• Work instructions
Your answer must be every line of the data below that holds the string "Check", copied exactly.

Records from a collection:
== Segment start ==
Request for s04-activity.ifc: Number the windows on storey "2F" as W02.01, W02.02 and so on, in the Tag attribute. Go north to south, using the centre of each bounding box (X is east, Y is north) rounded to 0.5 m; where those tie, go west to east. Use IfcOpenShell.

First a look at what the model holds.

```python
import ifcopenshell
import ifcopenshell.util.element
import ifcopenshell.util.placement

model = ifcopenshell.open("s04-activity.ifc")
print(model.schema)
storey = next(s for s in model.by_type("IfcBuildingStorey") if s.Name == "2F")
windows = [e for e in ifcopenshell.util.element.get_decomposition(storey) if e.is_a("IfcWindow")]
for e in sorted(windows, key=lambda e: e.id()):
    origin = ifcopenshell.util.placement.get_local_placement(e.ObjectPlacement)[:3, 3]
    print(e.id(), e.Tag, e.Name, origin.round(2) + 0.0, sep=" | ")
```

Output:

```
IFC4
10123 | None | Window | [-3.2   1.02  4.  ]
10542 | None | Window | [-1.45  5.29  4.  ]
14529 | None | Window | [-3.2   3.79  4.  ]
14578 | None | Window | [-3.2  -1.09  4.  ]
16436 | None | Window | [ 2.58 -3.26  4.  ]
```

```python
import ifcopenshell
import ifcopenshell.geom
import ifcopenshell.util.element
import ifcopenshell.util.shape

model = ifcopenshell.open("s04-activity.ifc")
settings = ifcopenshell.geom.settings()
settings.set("use-world-coords", True)


def centre(element):
    shape = ifcopenshell.geom.create_shape(settings, element)
    return ifcopenshell.util.shape.get_bbox_centroid(shape.geometry)


storey = next(s for s in model.by_type("IfcBuildingStorey") if s.Name == "2F")
windows = [e for e in ifcopenshell.util.element.get_decomposition(storey) if e.is_a("IfcWindow")]

# Insertion points can sit at a corner or the storey origin, so sort by the geometry (in metres).
centres = {e: centre(e) for e in windows}
windows.sort(key=lambda e: (-round(centres[e][1] / 0.5), centres[e][0]))

for i, e in enumerate(windows, start=1):
    number = f"W02.{i:02d}"
    e.Tag = number
    print(e.id(), number)

model.write("s04-activity_rev.ifc")
```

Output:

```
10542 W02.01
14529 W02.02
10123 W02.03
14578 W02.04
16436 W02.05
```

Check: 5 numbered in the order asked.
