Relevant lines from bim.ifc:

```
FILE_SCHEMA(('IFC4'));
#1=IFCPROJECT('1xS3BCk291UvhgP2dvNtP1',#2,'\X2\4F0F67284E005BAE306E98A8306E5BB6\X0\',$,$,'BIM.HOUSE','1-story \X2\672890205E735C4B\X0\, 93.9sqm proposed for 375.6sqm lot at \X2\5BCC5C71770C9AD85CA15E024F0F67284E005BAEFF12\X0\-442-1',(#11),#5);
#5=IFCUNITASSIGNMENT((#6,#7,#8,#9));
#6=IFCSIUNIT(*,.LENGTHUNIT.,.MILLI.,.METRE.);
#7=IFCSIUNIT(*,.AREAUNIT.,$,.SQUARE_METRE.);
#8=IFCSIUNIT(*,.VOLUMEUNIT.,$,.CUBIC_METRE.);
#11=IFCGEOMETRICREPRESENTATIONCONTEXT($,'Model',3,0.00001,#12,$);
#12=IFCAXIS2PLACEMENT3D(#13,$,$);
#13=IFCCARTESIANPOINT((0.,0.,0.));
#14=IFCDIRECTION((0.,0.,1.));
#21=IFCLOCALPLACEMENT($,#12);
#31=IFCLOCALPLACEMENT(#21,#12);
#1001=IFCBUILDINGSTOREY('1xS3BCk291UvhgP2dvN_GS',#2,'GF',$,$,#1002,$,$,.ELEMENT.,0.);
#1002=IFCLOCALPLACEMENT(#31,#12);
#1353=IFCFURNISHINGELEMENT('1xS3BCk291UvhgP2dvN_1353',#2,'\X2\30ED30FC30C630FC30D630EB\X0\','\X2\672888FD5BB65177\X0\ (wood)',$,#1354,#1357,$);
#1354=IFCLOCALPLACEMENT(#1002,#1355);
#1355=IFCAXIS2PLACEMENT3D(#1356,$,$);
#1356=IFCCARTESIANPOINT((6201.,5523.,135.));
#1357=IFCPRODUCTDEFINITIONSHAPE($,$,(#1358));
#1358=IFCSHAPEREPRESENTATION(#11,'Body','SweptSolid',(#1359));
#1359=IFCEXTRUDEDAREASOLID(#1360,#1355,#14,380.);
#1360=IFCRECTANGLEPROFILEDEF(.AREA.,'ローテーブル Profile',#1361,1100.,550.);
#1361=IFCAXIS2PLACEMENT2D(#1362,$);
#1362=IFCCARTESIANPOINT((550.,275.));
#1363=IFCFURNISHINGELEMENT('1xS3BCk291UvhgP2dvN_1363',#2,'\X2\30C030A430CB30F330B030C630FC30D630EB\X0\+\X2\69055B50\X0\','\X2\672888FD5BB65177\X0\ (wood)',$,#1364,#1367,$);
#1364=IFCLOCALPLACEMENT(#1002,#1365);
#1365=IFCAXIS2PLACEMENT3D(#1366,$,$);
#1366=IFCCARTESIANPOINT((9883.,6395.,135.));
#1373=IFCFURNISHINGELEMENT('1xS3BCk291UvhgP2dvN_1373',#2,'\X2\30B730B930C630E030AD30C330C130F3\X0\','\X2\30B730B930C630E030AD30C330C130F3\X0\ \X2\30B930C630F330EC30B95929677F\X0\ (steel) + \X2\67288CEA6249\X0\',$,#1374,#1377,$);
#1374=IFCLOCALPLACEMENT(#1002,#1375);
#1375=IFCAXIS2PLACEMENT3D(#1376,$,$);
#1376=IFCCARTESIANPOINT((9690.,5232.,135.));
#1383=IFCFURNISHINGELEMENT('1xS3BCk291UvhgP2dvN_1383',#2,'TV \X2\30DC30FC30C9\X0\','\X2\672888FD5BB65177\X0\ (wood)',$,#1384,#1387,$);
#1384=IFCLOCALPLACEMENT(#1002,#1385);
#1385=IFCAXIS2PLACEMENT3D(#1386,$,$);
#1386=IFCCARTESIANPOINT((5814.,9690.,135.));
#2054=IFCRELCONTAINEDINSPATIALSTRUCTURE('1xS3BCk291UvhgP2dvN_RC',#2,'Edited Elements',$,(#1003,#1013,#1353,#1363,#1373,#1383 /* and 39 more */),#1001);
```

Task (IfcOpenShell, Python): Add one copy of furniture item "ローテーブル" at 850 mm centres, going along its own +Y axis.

```python
import ifcopenshell
import ifcopenshell.api.geometry
import ifcopenshell.api.root
import ifcopenshell.util.element
import ifcopenshell.util.placement
import ifcopenshell.util.unit

model = ifcopenshell.open("bim.ifc")
unit_scale = ifcopenshell.util.unit.calculate_unit_scale(model)


def reuse_history(source, copy):
    """copy_class also copies each property set's owner history, people and application; keep the originals."""
    for rel in copy.IsDefinedBy:
        if rel.is_a("IfcRelDefinesByProperties") and (history := rel.RelatingPropertyDefinition.OwnerHistory):
            rel.RelatingPropertyDefinition.OwnerHistory = source.OwnerHistory
            ifcopenshell.util.element.remove_deep2(model, history)


source = model.by_id(1353)
base = ifcopenshell.util.placement.get_local_placement(source.ObjectPlacement)
step = base[:3, 1] * 0.85 / unit_scale

for i in range(1, 2):
    copy = ifcopenshell.api.root.copy_class(model, product=source)
    copy.Representation = ifcopenshell.util.element.copy_deep(
        model, source.Representation, exclude=["IfcGeometricRepresentationContext", "IfcRepresentationMap"]
    )
    reuse_history(source, copy)
    matrix = base.copy()
    matrix[:3, 3] += i * step
    print("added at", matrix[:3, 3].round(3) + 0.0)
    ifcopenshell.api.geometry.edit_object_placement(model, product=copy, matrix=matrix, is_si=False)

model.write("bim-out.ifc")
```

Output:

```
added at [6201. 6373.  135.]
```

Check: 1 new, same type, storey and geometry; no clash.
== Segment end ==
• Result of the task
Check: 5 numbered in the order asked.
Check: 1 new, same type, storey and geometry; no clash.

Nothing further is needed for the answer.